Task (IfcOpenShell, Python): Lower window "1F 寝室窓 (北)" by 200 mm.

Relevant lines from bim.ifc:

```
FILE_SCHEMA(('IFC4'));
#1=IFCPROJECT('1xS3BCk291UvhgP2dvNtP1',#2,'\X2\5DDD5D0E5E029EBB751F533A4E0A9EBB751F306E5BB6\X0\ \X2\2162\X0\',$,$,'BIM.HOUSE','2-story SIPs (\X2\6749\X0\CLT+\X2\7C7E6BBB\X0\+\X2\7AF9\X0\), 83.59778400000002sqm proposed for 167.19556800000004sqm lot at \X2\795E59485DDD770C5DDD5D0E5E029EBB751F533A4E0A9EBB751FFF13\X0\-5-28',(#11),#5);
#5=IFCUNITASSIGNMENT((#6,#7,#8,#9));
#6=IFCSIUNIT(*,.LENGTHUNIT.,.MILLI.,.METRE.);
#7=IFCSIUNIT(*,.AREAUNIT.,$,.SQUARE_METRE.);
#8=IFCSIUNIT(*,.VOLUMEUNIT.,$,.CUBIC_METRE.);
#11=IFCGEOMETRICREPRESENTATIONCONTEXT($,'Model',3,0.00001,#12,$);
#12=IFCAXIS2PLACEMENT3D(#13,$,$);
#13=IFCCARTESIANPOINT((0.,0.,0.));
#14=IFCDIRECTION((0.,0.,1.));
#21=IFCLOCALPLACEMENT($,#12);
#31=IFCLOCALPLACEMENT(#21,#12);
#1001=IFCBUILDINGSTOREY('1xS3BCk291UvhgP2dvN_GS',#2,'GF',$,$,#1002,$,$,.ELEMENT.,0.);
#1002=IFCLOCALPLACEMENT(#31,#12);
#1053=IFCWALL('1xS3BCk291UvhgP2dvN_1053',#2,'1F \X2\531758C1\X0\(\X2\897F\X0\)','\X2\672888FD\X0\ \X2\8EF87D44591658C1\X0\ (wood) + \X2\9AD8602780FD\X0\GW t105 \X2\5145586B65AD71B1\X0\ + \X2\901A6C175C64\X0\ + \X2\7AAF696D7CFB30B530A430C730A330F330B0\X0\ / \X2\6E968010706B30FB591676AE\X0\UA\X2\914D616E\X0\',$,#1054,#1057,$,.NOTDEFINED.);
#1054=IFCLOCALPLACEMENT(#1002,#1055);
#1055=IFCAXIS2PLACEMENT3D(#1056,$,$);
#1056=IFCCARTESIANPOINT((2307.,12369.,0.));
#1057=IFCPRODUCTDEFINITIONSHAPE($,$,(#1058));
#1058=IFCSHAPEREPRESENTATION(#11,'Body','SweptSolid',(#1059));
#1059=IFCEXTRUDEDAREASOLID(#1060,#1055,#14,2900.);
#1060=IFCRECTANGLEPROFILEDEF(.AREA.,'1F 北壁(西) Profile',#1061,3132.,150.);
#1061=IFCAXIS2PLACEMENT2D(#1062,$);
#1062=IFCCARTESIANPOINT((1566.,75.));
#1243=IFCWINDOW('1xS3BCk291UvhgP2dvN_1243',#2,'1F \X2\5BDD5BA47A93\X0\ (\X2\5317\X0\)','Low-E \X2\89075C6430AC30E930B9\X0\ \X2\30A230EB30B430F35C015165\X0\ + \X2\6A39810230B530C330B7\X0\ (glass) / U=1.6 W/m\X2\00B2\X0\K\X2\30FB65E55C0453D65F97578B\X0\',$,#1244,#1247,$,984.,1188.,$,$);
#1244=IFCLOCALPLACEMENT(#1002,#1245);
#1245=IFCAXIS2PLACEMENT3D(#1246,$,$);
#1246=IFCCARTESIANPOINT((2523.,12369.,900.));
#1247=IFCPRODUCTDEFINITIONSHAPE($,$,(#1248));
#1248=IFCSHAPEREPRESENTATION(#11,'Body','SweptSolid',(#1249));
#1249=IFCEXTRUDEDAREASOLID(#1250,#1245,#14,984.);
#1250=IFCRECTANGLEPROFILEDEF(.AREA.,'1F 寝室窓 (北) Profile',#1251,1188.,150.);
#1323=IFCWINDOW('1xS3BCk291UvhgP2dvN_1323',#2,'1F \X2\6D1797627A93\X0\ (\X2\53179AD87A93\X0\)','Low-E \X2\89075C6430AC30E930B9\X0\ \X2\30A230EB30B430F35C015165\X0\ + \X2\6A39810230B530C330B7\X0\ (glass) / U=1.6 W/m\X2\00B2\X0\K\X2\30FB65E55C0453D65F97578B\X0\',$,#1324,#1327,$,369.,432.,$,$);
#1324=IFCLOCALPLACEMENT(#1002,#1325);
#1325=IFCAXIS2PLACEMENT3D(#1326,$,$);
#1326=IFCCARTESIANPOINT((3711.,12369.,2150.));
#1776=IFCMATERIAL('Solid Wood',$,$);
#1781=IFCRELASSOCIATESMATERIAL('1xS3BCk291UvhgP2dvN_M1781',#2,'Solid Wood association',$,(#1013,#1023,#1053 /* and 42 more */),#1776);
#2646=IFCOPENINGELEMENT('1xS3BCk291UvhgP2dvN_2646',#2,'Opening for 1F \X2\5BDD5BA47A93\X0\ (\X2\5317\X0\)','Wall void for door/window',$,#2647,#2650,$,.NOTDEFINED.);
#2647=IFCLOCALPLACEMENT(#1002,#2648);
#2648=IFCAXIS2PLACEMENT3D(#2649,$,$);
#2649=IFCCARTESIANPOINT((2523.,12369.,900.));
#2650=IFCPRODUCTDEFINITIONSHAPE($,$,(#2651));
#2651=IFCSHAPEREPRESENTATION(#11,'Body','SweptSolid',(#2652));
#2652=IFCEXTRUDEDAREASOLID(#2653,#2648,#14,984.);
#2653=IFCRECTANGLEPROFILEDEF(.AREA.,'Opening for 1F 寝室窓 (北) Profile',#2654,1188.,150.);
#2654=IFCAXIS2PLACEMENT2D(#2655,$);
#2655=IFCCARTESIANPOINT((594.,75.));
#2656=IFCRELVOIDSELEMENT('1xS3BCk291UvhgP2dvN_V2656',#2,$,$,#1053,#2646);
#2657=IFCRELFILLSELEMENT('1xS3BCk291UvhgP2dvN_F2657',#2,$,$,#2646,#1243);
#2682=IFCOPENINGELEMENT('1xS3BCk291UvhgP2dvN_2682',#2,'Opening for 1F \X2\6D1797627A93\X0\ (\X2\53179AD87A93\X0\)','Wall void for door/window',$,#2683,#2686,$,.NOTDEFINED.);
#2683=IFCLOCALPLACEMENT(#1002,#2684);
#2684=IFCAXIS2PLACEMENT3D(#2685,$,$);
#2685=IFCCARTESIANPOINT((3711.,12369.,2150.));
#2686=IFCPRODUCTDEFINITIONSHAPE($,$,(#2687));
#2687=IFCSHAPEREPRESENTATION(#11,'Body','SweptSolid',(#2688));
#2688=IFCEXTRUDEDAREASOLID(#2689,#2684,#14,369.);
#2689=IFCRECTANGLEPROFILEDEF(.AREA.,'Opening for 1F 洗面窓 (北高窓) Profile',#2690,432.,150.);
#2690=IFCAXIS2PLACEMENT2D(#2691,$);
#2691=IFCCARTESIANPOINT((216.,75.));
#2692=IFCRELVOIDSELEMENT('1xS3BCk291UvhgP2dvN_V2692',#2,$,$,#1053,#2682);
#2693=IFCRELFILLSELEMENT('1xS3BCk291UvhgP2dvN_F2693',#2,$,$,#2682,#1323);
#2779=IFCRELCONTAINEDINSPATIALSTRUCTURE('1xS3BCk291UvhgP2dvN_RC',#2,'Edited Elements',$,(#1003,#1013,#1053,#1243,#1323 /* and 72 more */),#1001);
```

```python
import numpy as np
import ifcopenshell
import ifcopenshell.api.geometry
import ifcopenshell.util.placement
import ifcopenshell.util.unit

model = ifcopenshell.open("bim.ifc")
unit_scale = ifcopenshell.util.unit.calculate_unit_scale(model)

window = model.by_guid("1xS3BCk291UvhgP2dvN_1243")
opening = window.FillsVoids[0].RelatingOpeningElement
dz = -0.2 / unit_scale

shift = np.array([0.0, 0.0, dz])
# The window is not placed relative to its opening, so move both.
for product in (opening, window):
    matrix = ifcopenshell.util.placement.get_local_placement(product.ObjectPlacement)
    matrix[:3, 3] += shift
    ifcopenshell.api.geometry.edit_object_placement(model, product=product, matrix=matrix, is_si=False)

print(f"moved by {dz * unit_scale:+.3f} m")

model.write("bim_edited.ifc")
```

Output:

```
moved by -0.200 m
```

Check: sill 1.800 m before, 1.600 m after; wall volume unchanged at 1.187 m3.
· · ·
**Activity**: Each line of the data that holds the word "door" should be copied.

**Written solution**:
#2646=IFCOPENINGELEMENT('1xS3BCk291UvhgP2dvN_2646',#2,'Opening for 1F \X2\5BDD5BA47A93\X0\ (\X2\5317\X0\)','Wall void for door/window',$,#2647,#2650,$,.NOTDEFINED.);
#2682=IFCOPENINGELEMENT('1xS3BCk291UvhgP2dvN_2682',#2,'Opening for 1F \X2\6D1797627A93\X0\ (\X2\53179AD87A93\X0\)','Wall void for door/window',$,#2683,#2686,$,.NOTDEFINED.);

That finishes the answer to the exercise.